## DIRECTIONS FOR THIS TASK
Scan the records below and say how many lines include the word "NOTDEFINED", giving no other text.

## RECORD EXTRACTS
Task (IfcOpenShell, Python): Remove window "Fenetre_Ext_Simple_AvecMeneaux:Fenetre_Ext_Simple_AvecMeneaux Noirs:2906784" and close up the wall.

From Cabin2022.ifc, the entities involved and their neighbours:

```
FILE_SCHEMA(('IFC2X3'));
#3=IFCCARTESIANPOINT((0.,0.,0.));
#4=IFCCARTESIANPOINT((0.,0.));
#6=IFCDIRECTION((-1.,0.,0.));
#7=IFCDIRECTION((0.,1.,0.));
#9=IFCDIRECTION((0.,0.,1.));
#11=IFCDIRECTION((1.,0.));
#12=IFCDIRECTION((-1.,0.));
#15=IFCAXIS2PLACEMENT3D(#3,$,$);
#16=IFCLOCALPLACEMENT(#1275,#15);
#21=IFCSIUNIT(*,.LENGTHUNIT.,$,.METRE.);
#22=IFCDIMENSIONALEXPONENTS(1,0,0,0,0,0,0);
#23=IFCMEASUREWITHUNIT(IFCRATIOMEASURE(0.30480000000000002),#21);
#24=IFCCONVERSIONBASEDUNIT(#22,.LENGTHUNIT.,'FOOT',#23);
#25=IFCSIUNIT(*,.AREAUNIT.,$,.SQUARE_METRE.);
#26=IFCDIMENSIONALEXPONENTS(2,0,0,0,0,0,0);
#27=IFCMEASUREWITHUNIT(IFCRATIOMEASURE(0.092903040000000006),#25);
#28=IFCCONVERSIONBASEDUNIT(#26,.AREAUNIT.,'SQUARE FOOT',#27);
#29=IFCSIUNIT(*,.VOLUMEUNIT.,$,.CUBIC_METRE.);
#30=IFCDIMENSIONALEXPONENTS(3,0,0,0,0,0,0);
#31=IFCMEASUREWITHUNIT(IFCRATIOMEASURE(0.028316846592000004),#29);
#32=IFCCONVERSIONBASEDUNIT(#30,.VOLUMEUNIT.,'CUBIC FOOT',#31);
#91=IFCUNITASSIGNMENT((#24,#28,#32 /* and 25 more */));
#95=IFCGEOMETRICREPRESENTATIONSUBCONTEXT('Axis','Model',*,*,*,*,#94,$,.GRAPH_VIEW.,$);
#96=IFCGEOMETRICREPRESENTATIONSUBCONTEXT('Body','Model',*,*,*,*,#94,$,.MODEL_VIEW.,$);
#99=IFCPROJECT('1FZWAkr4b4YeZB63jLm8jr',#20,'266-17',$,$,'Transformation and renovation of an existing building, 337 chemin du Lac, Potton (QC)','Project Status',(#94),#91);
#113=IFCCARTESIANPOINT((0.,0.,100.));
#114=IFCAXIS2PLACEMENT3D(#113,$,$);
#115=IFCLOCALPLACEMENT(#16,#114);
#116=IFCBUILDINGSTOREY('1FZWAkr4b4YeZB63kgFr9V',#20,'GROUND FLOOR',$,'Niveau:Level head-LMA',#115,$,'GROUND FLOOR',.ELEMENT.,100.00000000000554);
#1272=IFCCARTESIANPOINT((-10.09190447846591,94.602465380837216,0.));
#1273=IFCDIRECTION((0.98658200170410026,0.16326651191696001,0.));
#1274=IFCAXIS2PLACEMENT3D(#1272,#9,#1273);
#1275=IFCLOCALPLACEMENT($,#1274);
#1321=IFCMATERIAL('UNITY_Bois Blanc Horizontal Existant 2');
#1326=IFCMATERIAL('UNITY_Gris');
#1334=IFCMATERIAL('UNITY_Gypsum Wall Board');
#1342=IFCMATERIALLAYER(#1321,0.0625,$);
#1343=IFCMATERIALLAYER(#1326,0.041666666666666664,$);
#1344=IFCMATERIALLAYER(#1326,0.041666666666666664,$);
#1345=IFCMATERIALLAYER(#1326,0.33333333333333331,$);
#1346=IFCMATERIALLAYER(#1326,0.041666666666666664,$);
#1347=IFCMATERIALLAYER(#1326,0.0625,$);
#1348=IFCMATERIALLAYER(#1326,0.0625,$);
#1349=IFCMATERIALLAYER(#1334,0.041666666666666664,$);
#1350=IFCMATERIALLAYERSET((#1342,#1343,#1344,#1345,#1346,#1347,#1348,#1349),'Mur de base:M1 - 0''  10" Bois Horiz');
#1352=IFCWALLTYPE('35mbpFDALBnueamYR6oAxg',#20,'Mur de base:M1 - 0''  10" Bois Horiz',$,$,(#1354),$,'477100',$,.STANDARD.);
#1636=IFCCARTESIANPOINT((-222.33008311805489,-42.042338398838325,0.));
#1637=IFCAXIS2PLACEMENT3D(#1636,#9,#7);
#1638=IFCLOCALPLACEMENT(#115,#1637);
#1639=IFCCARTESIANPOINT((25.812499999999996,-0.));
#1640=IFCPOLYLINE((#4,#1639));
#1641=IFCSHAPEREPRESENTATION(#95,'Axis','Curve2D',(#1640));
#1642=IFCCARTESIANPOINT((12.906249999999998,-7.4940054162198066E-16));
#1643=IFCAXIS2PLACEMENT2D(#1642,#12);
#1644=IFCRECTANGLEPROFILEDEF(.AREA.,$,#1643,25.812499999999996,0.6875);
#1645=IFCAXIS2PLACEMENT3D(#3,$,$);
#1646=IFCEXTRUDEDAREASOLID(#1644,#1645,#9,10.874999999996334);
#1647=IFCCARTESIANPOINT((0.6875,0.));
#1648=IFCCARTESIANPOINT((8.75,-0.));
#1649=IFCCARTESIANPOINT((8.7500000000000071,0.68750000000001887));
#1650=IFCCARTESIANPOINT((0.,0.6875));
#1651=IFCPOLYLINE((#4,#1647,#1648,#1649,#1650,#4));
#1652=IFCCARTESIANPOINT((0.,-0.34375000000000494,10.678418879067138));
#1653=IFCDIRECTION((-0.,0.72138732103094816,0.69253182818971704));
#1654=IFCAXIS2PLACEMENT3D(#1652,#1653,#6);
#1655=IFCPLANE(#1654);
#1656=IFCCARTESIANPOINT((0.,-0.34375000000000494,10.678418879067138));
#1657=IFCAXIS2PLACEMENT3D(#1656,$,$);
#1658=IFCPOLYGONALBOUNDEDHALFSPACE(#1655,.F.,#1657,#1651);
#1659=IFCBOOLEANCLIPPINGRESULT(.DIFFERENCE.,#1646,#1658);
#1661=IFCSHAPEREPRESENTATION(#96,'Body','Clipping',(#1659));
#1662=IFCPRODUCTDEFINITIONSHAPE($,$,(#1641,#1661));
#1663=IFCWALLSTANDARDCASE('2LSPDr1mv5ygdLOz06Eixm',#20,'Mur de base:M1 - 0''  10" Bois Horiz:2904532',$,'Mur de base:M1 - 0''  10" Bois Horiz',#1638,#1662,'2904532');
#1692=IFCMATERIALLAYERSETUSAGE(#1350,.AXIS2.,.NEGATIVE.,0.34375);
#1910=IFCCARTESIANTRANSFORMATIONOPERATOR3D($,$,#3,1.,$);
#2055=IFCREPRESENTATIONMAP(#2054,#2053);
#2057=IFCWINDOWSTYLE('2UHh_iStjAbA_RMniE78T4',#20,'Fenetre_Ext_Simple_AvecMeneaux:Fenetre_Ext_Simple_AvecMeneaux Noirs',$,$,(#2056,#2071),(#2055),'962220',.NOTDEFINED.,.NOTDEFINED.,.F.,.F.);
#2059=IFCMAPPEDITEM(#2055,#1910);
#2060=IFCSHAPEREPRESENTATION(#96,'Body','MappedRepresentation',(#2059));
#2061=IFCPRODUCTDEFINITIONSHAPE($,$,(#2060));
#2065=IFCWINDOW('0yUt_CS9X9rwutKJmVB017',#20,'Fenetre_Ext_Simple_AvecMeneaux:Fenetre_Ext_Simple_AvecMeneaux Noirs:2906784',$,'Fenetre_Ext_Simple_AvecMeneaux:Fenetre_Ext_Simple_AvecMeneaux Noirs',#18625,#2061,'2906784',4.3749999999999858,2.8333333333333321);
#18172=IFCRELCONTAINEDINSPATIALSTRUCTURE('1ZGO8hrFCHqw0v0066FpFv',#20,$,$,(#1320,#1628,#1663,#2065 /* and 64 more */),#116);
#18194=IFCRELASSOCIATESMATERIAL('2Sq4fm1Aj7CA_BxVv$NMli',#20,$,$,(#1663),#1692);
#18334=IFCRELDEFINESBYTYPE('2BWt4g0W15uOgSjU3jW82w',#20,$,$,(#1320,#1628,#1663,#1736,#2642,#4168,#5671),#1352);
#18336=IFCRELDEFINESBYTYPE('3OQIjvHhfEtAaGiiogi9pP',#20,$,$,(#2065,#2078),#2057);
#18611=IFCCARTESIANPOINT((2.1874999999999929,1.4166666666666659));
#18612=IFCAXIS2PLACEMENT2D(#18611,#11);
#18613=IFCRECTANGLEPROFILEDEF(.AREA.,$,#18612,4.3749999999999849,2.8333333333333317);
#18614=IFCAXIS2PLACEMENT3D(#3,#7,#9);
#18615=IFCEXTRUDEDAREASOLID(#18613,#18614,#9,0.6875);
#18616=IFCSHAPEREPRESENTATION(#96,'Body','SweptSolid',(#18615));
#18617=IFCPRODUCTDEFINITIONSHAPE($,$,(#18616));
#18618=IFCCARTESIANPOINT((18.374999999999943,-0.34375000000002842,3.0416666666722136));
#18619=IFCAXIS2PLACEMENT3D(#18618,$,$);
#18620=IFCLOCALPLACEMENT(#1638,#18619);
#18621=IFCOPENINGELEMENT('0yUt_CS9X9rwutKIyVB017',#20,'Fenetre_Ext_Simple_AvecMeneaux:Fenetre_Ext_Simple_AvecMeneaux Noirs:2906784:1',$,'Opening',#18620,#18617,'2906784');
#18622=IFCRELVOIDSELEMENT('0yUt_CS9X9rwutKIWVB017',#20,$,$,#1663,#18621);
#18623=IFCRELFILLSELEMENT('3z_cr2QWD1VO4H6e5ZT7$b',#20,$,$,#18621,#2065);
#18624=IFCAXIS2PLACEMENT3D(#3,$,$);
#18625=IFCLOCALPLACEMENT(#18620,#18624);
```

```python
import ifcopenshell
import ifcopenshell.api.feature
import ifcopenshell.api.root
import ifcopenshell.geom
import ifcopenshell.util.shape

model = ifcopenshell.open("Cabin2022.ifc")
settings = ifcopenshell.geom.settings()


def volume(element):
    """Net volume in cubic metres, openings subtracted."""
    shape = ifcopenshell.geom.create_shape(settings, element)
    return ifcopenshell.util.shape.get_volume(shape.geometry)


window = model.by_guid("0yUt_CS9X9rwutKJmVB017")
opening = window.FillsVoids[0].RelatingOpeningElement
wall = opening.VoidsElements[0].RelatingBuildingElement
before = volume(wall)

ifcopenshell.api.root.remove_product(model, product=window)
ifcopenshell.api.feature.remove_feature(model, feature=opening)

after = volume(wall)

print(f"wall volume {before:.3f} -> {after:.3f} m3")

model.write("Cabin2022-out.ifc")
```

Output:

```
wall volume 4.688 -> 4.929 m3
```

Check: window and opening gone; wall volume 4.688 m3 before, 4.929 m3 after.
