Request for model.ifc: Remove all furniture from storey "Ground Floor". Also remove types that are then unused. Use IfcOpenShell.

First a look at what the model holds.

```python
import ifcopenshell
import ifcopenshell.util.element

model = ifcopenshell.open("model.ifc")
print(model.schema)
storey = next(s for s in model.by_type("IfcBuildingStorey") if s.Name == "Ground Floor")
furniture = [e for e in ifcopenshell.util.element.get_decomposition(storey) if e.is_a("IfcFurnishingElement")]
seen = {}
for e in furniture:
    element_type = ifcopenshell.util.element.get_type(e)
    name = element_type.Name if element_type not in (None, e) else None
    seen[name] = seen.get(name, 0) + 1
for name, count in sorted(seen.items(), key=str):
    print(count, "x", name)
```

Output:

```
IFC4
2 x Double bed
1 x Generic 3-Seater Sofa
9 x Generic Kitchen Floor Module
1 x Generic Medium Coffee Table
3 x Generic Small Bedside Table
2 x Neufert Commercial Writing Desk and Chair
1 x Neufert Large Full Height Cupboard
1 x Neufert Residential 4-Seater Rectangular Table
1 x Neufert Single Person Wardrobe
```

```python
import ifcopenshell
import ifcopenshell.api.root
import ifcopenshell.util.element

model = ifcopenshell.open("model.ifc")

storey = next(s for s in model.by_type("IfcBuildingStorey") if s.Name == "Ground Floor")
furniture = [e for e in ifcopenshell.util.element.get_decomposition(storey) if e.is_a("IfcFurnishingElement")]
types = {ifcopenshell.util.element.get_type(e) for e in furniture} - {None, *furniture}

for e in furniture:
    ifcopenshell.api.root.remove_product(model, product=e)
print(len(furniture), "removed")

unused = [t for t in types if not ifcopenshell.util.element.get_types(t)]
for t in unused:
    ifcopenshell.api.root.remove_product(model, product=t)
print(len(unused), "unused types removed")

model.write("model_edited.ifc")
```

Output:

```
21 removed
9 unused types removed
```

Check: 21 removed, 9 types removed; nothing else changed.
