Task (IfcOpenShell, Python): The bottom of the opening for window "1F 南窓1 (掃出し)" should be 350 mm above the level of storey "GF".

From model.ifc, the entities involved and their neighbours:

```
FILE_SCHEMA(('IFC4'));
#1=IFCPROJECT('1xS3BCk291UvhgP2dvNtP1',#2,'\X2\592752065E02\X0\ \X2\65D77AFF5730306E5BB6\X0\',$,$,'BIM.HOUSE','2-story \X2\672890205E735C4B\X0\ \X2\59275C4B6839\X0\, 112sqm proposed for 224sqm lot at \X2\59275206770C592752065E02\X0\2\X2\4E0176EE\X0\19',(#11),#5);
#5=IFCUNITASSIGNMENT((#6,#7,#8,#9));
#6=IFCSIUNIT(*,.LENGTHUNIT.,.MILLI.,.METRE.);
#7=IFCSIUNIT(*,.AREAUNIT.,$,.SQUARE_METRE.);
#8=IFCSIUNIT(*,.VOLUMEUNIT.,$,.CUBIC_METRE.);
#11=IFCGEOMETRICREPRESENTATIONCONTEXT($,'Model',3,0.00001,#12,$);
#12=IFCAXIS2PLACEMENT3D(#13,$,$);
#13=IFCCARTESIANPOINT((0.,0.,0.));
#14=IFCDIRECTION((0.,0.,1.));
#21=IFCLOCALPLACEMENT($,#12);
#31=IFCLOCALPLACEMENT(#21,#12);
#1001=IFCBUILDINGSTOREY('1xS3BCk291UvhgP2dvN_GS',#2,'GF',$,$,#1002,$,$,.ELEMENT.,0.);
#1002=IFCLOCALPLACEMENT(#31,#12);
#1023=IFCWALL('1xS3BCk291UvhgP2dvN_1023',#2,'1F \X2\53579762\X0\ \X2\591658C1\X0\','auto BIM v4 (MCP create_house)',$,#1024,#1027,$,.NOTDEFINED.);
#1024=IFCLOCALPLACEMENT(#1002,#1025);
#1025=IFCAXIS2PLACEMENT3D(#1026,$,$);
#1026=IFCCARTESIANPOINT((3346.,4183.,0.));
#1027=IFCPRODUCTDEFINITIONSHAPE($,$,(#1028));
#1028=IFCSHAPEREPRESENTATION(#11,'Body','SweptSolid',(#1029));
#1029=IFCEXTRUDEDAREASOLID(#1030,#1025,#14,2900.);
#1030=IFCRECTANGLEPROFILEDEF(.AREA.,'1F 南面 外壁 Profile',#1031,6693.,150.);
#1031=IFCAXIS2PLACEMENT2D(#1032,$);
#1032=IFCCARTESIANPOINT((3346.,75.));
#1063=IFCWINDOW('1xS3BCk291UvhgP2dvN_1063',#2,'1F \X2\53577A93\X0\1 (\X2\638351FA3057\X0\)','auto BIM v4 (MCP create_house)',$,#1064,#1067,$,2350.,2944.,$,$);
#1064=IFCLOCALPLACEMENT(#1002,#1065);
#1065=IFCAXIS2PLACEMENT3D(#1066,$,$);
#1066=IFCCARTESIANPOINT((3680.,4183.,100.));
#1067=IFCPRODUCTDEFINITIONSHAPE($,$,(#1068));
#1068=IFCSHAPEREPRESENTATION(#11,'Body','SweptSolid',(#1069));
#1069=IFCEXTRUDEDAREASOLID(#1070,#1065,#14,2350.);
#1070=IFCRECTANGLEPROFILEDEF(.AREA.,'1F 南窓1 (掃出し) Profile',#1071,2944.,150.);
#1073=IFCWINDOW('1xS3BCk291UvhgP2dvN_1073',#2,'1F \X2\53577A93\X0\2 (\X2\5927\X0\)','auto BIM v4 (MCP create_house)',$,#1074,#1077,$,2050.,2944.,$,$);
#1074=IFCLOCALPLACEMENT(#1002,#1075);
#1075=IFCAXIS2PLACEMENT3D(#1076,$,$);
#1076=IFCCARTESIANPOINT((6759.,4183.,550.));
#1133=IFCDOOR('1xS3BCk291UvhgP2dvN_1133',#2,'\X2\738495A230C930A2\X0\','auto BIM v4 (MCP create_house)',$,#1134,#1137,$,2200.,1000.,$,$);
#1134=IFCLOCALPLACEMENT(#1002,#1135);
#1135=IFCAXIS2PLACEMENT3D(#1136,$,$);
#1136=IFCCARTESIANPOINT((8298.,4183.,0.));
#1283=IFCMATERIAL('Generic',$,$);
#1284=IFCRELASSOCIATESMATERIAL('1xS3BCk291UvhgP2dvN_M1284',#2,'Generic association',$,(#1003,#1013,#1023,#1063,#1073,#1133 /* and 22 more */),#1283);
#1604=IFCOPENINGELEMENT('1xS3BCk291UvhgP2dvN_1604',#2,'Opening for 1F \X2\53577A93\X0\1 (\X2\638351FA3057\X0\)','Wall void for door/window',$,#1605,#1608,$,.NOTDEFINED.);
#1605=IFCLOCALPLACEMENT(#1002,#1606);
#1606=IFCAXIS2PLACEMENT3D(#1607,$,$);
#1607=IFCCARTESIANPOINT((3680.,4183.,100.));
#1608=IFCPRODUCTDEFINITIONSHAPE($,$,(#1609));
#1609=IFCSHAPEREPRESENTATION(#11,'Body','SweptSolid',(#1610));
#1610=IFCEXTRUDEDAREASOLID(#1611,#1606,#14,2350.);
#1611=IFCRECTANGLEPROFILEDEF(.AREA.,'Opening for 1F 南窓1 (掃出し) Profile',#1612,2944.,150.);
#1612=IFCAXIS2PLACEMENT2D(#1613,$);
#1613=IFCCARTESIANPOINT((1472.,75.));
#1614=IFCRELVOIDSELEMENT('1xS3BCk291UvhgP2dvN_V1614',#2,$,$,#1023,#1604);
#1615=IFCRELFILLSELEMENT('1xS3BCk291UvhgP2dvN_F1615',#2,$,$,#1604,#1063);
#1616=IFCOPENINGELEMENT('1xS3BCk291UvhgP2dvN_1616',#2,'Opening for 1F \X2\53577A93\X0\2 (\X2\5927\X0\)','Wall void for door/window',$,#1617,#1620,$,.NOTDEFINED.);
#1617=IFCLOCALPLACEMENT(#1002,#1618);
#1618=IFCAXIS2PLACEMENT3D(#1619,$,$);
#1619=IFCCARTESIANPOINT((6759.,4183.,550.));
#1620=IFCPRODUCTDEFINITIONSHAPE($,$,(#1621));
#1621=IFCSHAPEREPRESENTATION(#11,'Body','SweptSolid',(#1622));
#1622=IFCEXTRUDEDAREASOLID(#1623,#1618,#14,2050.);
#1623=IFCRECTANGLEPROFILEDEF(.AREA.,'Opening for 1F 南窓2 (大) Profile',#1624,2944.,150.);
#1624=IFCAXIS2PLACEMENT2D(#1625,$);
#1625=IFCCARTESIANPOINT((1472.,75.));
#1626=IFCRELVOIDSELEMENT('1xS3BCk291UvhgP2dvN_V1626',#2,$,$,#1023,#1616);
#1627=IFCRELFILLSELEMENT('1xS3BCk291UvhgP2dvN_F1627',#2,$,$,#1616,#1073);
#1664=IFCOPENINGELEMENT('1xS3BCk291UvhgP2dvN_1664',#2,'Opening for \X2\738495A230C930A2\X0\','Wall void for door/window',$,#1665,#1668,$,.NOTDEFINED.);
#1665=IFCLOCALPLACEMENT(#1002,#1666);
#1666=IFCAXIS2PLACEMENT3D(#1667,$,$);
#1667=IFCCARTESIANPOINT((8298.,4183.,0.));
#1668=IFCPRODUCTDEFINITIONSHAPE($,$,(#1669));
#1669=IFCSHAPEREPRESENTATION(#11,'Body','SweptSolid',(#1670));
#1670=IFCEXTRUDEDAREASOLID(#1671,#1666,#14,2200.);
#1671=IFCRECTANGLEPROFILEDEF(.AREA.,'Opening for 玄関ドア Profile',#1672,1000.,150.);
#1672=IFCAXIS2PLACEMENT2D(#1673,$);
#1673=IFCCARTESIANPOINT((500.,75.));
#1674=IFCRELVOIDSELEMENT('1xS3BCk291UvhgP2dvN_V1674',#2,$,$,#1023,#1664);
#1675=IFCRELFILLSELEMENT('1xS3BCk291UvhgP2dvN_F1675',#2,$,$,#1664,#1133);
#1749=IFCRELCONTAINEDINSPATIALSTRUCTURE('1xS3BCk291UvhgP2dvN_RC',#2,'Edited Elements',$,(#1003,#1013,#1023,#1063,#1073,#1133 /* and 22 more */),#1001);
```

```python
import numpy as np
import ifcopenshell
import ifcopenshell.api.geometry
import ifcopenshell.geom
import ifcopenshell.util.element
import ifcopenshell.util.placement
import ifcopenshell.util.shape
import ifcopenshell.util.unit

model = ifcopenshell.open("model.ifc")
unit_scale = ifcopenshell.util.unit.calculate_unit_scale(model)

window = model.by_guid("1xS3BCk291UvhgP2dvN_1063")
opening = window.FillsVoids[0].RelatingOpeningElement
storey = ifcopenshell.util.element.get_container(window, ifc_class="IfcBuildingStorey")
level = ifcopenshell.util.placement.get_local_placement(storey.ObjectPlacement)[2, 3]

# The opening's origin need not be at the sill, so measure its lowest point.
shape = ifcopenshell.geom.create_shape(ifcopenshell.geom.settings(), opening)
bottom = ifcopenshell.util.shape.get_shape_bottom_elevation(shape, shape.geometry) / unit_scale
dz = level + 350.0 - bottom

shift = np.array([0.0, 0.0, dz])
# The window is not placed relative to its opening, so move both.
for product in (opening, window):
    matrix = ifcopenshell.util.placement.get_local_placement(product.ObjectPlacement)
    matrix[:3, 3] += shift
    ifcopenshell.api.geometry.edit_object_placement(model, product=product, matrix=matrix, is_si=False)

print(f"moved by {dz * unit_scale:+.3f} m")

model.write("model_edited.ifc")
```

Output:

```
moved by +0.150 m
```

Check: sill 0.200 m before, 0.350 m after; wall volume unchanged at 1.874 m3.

## FINISHED EXERCISE
5